> **What the task requires**
In the records below, find the line holding "#24=IFCLOCALPLACEMENT(#19,#23);" and the line holding "#30=IFCINDEXEDPOLYGONALFACE((2,6,8,4));". Set down both, with every line between them, exactly.

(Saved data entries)
══════

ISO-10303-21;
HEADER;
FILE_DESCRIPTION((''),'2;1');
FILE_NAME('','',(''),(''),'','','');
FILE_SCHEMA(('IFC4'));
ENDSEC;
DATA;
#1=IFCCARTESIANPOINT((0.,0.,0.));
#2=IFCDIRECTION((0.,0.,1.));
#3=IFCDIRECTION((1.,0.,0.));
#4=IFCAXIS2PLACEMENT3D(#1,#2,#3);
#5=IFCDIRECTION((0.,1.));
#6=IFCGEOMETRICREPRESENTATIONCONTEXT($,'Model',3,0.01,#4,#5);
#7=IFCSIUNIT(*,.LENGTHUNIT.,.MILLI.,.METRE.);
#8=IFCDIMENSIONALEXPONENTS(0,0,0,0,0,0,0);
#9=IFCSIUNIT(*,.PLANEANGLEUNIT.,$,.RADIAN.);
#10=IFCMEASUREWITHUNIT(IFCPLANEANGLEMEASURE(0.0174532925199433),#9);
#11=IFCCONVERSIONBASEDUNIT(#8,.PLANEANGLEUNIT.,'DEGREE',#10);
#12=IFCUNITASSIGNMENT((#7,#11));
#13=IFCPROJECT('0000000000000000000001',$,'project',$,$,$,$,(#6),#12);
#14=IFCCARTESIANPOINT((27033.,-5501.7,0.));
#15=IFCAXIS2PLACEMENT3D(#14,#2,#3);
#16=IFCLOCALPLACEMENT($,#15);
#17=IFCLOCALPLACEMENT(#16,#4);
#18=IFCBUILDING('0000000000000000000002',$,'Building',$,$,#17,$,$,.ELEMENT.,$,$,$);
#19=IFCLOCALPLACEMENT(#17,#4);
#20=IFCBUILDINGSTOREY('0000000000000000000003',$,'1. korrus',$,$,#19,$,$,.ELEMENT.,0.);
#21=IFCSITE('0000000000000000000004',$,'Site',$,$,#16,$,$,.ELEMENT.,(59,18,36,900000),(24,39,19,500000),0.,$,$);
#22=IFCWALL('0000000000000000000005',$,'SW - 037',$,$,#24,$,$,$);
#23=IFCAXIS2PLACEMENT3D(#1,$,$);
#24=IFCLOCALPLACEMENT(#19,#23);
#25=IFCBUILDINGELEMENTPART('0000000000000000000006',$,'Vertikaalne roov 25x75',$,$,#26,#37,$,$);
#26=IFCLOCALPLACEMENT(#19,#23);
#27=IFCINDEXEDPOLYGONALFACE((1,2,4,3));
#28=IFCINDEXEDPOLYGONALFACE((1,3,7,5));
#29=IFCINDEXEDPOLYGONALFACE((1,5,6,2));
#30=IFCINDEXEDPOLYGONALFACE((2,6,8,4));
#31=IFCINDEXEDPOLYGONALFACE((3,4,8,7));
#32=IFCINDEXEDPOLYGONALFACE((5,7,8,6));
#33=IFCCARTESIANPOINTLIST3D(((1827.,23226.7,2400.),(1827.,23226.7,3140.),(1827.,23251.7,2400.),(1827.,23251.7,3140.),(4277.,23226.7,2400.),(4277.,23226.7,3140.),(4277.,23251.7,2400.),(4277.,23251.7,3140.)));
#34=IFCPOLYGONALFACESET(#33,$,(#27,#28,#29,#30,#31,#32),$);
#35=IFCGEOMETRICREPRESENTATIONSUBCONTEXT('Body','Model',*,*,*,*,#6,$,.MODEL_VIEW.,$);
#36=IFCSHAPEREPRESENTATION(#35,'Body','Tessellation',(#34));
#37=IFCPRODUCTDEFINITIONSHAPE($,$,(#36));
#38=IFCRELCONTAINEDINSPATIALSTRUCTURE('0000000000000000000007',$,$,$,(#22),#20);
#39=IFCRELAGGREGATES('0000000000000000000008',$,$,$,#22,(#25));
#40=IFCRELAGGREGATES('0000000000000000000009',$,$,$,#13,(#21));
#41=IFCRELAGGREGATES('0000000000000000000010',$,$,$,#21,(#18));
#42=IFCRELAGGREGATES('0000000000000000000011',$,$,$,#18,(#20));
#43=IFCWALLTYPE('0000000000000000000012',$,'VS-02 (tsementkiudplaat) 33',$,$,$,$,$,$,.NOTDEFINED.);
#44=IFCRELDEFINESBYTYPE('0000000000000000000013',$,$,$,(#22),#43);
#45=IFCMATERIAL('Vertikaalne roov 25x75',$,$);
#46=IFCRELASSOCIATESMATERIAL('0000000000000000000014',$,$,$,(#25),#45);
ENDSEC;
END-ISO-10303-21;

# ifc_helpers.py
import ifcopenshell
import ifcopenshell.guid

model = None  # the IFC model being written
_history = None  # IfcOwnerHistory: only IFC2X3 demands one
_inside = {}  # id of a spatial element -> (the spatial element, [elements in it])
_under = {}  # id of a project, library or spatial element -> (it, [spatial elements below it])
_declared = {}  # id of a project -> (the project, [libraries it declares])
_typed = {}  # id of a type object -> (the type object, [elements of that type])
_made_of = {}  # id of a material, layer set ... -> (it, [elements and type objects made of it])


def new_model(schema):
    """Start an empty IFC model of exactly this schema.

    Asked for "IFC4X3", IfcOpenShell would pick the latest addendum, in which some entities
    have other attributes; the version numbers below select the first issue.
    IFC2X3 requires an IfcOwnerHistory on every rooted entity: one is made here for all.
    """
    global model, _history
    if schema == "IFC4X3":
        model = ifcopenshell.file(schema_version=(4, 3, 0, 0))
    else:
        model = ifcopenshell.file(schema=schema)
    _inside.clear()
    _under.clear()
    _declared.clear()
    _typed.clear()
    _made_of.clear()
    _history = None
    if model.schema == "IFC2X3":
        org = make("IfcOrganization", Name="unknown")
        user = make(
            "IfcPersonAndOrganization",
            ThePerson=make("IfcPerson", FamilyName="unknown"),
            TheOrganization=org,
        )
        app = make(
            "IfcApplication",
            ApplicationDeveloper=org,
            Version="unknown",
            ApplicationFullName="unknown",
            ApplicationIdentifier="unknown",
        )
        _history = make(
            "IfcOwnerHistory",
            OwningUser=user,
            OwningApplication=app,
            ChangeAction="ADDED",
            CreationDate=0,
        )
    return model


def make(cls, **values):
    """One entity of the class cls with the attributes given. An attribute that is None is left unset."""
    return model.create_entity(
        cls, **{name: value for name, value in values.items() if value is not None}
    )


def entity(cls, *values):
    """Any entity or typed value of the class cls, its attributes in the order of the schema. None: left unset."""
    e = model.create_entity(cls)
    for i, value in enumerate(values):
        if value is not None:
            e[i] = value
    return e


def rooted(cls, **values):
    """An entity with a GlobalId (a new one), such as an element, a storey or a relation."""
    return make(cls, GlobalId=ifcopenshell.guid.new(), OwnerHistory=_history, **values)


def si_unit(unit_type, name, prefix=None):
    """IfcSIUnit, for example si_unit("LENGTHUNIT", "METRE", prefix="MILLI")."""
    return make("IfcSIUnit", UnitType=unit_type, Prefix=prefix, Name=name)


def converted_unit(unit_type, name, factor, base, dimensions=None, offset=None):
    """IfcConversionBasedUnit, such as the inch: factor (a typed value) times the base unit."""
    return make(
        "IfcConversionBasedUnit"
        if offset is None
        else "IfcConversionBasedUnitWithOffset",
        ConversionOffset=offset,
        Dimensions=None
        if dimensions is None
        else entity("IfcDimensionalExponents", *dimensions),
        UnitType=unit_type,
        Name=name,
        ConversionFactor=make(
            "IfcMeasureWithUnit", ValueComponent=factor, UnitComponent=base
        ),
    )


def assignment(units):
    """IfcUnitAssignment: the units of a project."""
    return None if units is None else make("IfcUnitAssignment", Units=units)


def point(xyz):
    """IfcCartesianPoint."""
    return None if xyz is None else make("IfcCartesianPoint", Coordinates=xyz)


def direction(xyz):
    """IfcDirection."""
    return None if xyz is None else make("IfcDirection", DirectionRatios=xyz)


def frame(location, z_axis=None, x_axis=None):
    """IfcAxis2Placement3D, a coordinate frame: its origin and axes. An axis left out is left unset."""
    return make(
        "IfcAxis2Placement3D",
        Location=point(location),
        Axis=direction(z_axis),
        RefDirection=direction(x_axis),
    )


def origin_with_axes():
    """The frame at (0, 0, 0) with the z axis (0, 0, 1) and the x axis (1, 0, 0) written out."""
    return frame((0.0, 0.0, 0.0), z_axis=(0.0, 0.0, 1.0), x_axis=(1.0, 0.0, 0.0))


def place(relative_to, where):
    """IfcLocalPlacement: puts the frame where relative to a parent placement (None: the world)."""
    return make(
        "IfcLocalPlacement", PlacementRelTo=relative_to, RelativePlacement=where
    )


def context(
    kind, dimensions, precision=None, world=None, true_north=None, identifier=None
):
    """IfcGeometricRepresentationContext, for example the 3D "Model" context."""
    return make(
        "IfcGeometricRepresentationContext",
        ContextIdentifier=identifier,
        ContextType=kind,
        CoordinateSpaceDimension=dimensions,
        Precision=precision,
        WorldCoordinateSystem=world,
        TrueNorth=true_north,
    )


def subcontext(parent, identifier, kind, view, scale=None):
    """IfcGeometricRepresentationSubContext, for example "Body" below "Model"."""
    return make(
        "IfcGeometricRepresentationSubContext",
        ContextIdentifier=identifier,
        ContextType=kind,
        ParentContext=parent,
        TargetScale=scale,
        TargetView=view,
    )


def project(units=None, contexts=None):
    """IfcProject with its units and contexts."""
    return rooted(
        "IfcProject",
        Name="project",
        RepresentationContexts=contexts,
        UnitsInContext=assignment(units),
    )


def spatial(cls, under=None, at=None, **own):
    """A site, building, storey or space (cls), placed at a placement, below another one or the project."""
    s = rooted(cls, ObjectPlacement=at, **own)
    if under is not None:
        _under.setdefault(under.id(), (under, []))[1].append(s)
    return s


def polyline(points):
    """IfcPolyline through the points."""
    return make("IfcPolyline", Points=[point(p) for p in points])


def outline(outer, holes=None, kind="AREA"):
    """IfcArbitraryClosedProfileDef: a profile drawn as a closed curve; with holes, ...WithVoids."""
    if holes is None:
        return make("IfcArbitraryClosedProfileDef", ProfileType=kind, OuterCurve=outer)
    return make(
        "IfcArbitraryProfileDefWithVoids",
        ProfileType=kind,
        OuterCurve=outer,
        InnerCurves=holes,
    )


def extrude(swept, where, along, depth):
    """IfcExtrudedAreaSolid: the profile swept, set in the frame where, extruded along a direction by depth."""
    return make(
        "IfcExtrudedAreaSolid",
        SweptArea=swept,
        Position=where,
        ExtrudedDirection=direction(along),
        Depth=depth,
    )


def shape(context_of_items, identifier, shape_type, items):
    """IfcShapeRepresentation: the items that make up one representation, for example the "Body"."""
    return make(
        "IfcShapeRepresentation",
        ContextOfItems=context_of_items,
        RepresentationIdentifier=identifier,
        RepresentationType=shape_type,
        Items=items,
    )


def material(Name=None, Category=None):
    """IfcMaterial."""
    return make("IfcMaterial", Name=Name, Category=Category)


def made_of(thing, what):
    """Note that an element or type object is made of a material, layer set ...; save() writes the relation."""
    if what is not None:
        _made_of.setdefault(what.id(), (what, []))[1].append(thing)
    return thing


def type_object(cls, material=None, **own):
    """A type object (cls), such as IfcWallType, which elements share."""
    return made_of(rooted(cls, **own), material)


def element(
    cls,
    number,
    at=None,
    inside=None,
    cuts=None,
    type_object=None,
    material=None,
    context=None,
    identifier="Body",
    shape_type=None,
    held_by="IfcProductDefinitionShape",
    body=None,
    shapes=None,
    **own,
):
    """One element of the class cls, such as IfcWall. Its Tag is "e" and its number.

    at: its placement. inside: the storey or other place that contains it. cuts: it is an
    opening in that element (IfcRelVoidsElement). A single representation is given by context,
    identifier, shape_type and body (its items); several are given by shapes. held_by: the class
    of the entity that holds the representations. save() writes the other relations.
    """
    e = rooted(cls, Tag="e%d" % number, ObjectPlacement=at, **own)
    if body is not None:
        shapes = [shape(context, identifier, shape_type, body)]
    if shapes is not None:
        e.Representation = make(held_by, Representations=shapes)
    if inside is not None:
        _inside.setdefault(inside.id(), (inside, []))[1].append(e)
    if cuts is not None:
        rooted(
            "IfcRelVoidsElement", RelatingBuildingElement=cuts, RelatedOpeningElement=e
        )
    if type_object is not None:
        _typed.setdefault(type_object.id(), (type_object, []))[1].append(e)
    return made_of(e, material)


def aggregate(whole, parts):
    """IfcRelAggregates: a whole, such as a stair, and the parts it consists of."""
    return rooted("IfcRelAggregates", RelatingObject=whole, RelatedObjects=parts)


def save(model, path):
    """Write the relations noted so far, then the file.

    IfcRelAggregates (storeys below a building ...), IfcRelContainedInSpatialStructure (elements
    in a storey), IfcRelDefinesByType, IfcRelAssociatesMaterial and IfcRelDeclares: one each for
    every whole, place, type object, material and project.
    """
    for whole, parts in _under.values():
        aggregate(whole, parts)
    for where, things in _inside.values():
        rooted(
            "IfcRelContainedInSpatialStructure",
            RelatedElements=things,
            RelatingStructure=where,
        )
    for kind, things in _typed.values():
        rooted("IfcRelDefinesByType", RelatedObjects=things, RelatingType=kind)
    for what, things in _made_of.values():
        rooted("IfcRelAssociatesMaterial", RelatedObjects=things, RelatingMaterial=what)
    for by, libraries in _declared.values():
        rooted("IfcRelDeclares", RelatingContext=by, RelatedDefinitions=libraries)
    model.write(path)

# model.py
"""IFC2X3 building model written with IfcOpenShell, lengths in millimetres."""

from ifc_helpers import new_model, entity, si_unit, converted_unit, direction, frame, origin_with_axes, place, context, subcontext, project, spatial, polyline, outline, extrude, material, type_object, element, aggregate, save


model = new_model("IFC2X3")

# Units and contexts
model_context = context("Model", 3, precision=0.01, world=origin_with_axes(), true_north=direction((0.0, 1.0)))
body_context = subcontext(model_context, "Body", "Model", "MODEL_VIEW")
ifc_project = project(units=[si_unit("LENGTHUNIT", "METRE", prefix="MILLI"), converted_unit("PLANEANGLEUNIT", "DEGREE", entity("IfcPlaneAngleMeasure", 0.0174532925199433), si_unit("PLANEANGLEUNIT", "RADIAN"), dimensions=[0, 0, 0, 0, 0, 0, 0])], contexts=[model_context])

# Site, building, storey
site_placement = place(None, frame((27033.0, -5501.7, 0.0), z_axis=(0.0, 0.0, 1.0), x_axis=(1.0, 0.0, 0.0)))
site = spatial("IfcSite", under=ifc_project, at=site_placement, Name="Site", CompositionType="ELEMENT", RefLatitude=(59, 18, 36, 900000), RefLongitude=(24, 39, 19, 500000), RefElevation=0.0)
building_placement = place(site_placement, origin_with_axes())
building = spatial("IfcBuilding", under=site, at=building_placement, Name="Building", CompositionType="ELEMENT")
storey_placement = place(building_placement, origin_with_axes())
storey = spatial("IfcBuildingStorey", under=building, at=storey_placement, Name="1. korrus", CompositionType="ELEMENT", Elevation=0.0)

# Shared definitions
ifc_material_1 = material(Name="Vertikaalne roov 25x75")
wall_type_1 = type_object("IfcWallType", Name="VS-02 (tsementkiudplaat) 33", PredefinedType="NOTDEFINED")

# Wall, building element part
wall_1_placement = place(storey_placement, frame((1827.0, 23226.7, 2400.0), z_axis=(0.0, 0.0, 1.0), x_axis=(1.0, -0.000004, 0.0)))
wall_1 = element("IfcWall", 1, at=wall_1_placement, inside=storey, type_object=wall_type_1, Name="SW - 037")
building_element_part_1_placement = place(wall_1_placement, origin_with_axes())
building_element_part_1 = element("IfcBuildingElementPart", 2, at=building_element_part_1_placement, material=ifc_material_1, Name="Vertikaalne roov 25x75", context=body_context, shape_type="SweptSolid", body=[
    extrude(outline(polyline([(0.0, 0.0), (25.0, 0.0), (25.0, 740.0), (0.0, 740.0), (0.0, 0.0)])), frame((0.0, 0.0, 0.0), z_axis=(1.0, 0.0, 0.0), x_axis=(0.0, 1.0, 0.0)), (0.0, 0.0, 1.0), 2450.0),
])
aggregate(wall_1, [building_element_part_1])

save(model, "model.ifc")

══════

> **Answer section**
#24=IFCLOCALPLACEMENT(#19,#23);
#25=IFCBUILDINGELEMENTPART('0000000000000000000006',$,'Vertikaalne roov 25x75',$,$,#26,#37,$,$);
#26=IFCLOCALPLACEMENT(#19,#23);
#27=IFCINDEXEDPOLYGONALFACE((1,2,4,3));
#28=IFCINDEXEDPOLYGONALFACE((1,3,7,5));
#29=IFCINDEXEDPOLYGONALFACE((1,5,6,2));
#30=IFCINDEXEDPOLYGONALFACE((2,6,8,4));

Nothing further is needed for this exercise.